--- START ---
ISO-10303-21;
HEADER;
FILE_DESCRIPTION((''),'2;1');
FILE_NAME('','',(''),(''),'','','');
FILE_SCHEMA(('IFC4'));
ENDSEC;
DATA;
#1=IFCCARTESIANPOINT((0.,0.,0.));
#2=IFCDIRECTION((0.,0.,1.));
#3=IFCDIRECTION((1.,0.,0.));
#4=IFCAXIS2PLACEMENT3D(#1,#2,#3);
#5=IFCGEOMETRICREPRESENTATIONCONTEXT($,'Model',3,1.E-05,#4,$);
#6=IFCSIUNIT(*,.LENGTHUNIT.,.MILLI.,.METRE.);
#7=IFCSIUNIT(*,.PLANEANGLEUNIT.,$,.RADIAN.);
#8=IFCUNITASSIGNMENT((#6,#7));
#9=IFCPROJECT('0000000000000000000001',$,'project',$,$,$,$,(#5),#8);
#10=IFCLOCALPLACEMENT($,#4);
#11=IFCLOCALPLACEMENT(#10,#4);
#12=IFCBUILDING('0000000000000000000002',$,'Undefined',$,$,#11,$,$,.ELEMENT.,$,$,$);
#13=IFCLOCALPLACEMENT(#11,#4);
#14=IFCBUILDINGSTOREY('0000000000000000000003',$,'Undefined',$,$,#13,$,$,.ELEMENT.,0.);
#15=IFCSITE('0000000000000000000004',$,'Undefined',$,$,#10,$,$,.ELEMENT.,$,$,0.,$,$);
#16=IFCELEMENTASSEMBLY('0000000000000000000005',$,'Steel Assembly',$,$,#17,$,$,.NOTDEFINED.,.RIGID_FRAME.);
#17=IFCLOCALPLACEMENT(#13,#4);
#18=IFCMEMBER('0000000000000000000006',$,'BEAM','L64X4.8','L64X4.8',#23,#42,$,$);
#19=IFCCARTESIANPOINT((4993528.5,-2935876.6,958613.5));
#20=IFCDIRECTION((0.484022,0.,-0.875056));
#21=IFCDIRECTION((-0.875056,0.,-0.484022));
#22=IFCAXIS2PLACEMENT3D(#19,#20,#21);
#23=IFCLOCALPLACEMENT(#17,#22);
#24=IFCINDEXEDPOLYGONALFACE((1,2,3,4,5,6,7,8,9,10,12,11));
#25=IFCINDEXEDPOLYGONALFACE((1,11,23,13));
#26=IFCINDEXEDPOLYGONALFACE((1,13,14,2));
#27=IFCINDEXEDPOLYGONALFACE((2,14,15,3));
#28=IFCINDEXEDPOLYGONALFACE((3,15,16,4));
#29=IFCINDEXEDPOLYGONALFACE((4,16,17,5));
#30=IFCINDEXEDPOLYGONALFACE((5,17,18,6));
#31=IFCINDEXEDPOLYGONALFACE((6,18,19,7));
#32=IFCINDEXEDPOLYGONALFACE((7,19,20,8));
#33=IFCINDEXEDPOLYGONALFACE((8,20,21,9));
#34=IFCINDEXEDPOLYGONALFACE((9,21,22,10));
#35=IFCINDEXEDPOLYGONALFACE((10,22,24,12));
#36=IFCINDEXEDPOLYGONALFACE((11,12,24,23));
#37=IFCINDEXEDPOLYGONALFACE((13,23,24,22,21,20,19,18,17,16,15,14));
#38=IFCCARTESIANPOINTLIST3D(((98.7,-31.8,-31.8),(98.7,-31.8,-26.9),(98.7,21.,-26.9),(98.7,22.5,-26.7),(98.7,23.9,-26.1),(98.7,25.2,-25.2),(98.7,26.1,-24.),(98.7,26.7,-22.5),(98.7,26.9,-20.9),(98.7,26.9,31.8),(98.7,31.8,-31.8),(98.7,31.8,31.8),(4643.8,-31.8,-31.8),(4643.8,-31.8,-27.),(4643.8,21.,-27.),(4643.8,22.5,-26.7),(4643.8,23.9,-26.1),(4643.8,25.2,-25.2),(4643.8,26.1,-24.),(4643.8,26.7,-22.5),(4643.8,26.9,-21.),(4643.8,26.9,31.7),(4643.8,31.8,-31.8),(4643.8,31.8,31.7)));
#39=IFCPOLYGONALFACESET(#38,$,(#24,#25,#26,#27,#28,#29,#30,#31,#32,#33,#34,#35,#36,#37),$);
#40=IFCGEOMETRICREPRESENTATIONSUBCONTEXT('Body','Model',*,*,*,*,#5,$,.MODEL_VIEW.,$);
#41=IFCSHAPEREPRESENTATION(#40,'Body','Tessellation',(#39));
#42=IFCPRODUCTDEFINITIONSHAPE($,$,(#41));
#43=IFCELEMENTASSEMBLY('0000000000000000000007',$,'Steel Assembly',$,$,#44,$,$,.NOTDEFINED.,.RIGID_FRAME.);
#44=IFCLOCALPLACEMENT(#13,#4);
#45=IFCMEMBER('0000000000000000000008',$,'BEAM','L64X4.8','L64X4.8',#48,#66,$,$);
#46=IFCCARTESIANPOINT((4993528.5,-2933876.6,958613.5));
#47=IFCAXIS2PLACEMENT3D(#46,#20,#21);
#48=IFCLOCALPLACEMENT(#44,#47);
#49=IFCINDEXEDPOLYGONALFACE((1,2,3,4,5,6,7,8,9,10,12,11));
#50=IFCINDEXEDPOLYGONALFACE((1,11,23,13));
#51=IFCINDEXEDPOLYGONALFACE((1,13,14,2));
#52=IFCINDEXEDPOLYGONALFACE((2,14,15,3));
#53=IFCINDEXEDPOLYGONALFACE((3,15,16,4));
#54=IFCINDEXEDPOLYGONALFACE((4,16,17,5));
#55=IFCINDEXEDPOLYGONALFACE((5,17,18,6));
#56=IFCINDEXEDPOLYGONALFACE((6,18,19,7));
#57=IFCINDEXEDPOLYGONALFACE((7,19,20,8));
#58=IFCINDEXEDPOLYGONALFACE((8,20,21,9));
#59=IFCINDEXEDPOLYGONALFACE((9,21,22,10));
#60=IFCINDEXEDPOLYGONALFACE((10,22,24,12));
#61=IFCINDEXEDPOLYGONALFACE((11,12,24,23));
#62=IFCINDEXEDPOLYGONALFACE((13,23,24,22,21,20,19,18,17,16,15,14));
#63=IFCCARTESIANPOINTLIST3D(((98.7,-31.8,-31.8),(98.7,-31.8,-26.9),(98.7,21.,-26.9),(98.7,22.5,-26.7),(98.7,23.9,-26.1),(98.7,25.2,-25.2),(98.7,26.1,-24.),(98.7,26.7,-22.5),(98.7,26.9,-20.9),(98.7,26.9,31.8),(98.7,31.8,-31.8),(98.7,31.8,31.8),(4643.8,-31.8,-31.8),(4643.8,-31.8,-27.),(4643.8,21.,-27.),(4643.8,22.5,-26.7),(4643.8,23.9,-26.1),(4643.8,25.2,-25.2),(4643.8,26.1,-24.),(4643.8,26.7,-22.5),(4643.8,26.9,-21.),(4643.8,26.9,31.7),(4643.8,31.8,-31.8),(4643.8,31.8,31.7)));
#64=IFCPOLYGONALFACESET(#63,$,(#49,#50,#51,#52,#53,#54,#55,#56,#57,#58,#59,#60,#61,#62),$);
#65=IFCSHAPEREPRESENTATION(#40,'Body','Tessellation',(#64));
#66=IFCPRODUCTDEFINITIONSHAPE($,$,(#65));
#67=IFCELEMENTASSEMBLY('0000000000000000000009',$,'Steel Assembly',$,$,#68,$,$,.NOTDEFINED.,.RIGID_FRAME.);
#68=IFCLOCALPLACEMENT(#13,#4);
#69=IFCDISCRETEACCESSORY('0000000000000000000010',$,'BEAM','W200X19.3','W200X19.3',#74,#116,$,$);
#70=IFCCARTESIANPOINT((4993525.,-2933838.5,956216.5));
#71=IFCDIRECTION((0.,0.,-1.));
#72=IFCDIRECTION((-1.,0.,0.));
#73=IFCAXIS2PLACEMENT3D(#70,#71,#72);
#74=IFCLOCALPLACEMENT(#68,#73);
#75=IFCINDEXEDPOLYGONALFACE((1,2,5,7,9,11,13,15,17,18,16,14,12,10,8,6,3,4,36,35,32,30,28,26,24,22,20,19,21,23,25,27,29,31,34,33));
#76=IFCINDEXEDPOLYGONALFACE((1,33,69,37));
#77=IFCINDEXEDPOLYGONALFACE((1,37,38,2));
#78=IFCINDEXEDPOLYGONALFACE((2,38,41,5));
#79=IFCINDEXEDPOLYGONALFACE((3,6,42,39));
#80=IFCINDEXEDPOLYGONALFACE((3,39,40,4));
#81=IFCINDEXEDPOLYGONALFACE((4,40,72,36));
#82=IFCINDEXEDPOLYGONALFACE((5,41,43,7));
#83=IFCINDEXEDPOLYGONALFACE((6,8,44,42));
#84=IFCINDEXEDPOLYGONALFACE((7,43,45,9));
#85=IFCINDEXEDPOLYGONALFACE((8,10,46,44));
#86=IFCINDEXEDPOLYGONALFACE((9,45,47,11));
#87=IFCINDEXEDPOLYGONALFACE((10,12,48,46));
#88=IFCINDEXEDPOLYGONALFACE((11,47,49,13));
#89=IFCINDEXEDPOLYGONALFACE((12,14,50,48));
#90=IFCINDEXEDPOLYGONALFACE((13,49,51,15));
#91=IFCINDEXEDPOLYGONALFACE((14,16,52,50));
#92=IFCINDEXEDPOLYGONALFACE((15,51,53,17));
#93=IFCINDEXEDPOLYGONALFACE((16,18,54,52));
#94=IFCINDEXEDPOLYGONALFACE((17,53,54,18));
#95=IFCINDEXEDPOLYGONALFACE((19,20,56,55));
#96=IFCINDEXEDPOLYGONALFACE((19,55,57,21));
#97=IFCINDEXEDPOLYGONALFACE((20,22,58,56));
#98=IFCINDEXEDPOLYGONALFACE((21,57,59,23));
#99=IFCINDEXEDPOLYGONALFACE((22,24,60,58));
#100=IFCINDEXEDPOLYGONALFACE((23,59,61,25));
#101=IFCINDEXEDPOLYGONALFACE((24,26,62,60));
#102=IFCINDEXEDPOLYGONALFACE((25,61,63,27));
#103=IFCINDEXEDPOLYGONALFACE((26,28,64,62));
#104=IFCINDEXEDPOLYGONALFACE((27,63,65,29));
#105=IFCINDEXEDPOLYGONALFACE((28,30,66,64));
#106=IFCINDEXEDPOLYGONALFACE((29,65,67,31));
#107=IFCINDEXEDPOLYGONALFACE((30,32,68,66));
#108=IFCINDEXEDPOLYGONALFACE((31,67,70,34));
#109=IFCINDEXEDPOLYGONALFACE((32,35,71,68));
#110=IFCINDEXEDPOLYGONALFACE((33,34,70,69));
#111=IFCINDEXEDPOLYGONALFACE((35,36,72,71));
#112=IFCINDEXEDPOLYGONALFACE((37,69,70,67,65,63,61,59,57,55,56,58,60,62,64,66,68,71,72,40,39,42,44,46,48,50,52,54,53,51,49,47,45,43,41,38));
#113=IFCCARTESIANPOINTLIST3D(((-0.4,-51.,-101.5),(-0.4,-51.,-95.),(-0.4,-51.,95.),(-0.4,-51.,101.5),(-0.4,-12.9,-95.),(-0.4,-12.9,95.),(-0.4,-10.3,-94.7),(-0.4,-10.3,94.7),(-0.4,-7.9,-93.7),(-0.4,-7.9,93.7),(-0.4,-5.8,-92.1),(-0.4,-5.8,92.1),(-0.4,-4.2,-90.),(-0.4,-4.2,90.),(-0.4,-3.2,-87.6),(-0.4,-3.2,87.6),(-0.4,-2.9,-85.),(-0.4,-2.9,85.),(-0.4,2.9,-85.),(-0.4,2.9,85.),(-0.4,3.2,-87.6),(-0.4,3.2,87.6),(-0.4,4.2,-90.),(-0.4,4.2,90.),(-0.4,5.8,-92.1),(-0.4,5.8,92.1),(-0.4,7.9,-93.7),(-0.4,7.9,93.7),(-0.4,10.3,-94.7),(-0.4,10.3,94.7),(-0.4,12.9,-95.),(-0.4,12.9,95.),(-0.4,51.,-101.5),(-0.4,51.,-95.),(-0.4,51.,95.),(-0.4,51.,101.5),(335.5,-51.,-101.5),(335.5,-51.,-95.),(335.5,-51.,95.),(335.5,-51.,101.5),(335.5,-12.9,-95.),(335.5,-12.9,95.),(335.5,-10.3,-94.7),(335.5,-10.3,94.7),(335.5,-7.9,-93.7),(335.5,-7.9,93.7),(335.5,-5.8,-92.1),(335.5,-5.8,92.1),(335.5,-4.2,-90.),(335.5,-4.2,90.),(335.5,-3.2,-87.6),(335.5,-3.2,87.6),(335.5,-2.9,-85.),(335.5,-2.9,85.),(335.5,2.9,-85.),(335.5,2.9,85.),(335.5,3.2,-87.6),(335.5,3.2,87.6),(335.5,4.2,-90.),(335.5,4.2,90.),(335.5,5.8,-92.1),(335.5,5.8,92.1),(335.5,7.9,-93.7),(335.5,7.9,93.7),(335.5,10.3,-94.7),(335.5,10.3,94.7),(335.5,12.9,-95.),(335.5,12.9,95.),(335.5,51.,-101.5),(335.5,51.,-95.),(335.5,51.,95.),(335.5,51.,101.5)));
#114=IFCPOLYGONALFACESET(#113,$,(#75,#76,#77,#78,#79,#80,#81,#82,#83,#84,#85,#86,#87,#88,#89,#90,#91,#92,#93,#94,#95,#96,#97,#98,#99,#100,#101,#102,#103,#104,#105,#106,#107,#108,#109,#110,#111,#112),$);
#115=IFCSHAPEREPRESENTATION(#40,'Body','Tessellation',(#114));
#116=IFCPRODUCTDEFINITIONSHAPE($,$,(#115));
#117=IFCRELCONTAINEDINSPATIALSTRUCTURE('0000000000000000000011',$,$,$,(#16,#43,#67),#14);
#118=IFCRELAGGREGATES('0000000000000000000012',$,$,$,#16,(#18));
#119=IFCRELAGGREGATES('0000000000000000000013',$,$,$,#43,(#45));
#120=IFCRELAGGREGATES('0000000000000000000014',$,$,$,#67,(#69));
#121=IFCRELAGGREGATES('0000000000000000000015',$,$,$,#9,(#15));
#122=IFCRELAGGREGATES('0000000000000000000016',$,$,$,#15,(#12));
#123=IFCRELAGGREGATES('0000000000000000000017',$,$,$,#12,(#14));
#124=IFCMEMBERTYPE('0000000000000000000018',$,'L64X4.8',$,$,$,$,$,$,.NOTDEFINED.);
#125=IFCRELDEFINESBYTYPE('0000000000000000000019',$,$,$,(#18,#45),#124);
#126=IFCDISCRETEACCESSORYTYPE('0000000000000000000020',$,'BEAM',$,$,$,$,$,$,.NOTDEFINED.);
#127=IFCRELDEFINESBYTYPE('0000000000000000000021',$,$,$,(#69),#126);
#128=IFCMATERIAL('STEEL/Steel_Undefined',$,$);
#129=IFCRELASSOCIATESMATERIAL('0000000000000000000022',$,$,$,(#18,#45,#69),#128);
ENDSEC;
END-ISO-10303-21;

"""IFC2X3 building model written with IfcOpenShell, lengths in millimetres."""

from ifc_helpers import new_model, si_unit, frame, origin_with_axes, origin_2d_with_axis, place, context, subcontext, project, spatial, i_section, l_section, extrude, clip, halfspace, material, type_object, element, aggregate, save


model = new_model("IFC2X3")

# Units and contexts
model_context = context("Model", 3, precision=1e-05, world=origin_with_axes())
body_context = subcontext(model_context, "Body", "Model", "MODEL_VIEW")
ifc_project = project(units=[si_unit("LENGTHUNIT", "METRE", prefix="MILLI"), si_unit("PLANEANGLEUNIT", "RADIAN")], contexts=[model_context])

# Site, building, storey
site_placement = place(None, origin_with_axes())
site = spatial("IfcSite", under=ifc_project, at=site_placement, Name="Undefined", CompositionType="ELEMENT", RefElevation=0.0)
building_placement = place(site_placement, origin_with_axes())
building = spatial("IfcBuilding", under=site, at=building_placement, Name="Undefined", CompositionType="ELEMENT")
storey_placement = place(building_placement, origin_with_axes())
storey = spatial("IfcBuildingStorey", under=building, at=storey_placement, Name="Undefined", CompositionType="ELEMENT", Elevation=0.0)

# Element assemblies, members
assembly_1_placement = place(storey_placement, origin_with_axes())
assembly_1 = element("IfcElementAssembly", 1, at=assembly_1_placement, inside=storey, Name="Steel Assembly", AssemblyPlace="NOTDEFINED", PredefinedType="RIGID_FRAME")
ifc_material_1 = material(Name="STEEL/Steel_Undefined")
member_type = type_object("IfcMemberType", Name="L64X4.8", PredefinedType="NOTDEFINED")
member_1_placement = place(assembly_1_placement, frame((4993528.5, -2935876.6, 958613.5), z_axis=(0.484022, 0.0, -0.875056), x_axis=(-0.875056, 0.0, -0.484022)))
member_1 = element("IfcMember", 2, at=member_1_placement, type_object=member_type, material=ifc_material_1, Name="BEAM", Description="L64X4.8", ObjectType="L64X4.8", context=body_context, shape_type="Clipping", body=[
    clip(clip(extrude(l_section(Depth=63.5, Width=63.5, Thickness=4.8, FilletRadius=6.0, at=origin_2d_with_axis()), frame((4698.2, 0.0, 0.0), z_axis=(-1.0, 0.0, 0.0), x_axis=(0.0, -1.0, 0.0)), (0.0, 0.0, 1.0), 4653.8), halfspace(frame((4643.8, 31.8, 0.0), z_axis=(-1.0, 0.0, 0.0), x_axis=(0.0, 0.0, -1.0)), True)), halfspace(frame((98.7, 31.8, 0.0), z_axis=(1.0, 0.0, 0.0), x_axis=(0.0, 0.0, 1.0)), True)),
])
aggregate(assembly_1, [member_1])
assembly_2_placement = place(storey_placement, origin_with_axes())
--- END ---
Among the lines above, repeat exactly those from the line with "#17=IFCLOCALPLACEMENT(#13,#4);" to the line with "#23=IFCLOCALPLACEMENT(#17,#22);", counting both ends.

*Response to the exercise*:
#17=IFCLOCALPLACEMENT(#13,#4);
#18=IFCMEMBER('0000000000000000000006',$,'BEAM','L64X4.8','L64X4.8',#23,#42,$,$);
#19=IFCCARTESIANPOINT((4993528.5,-2935876.6,958613.5));
#20=IFCDIRECTION((0.484022,0.,-0.875056));
#21=IFCDIRECTION((-0.875056,0.,-0.484022));
#22=IFCAXIS2PLACEMENT3D(#19,#20,#21);
#23=IFCLOCALPLACEMENT(#17,#22);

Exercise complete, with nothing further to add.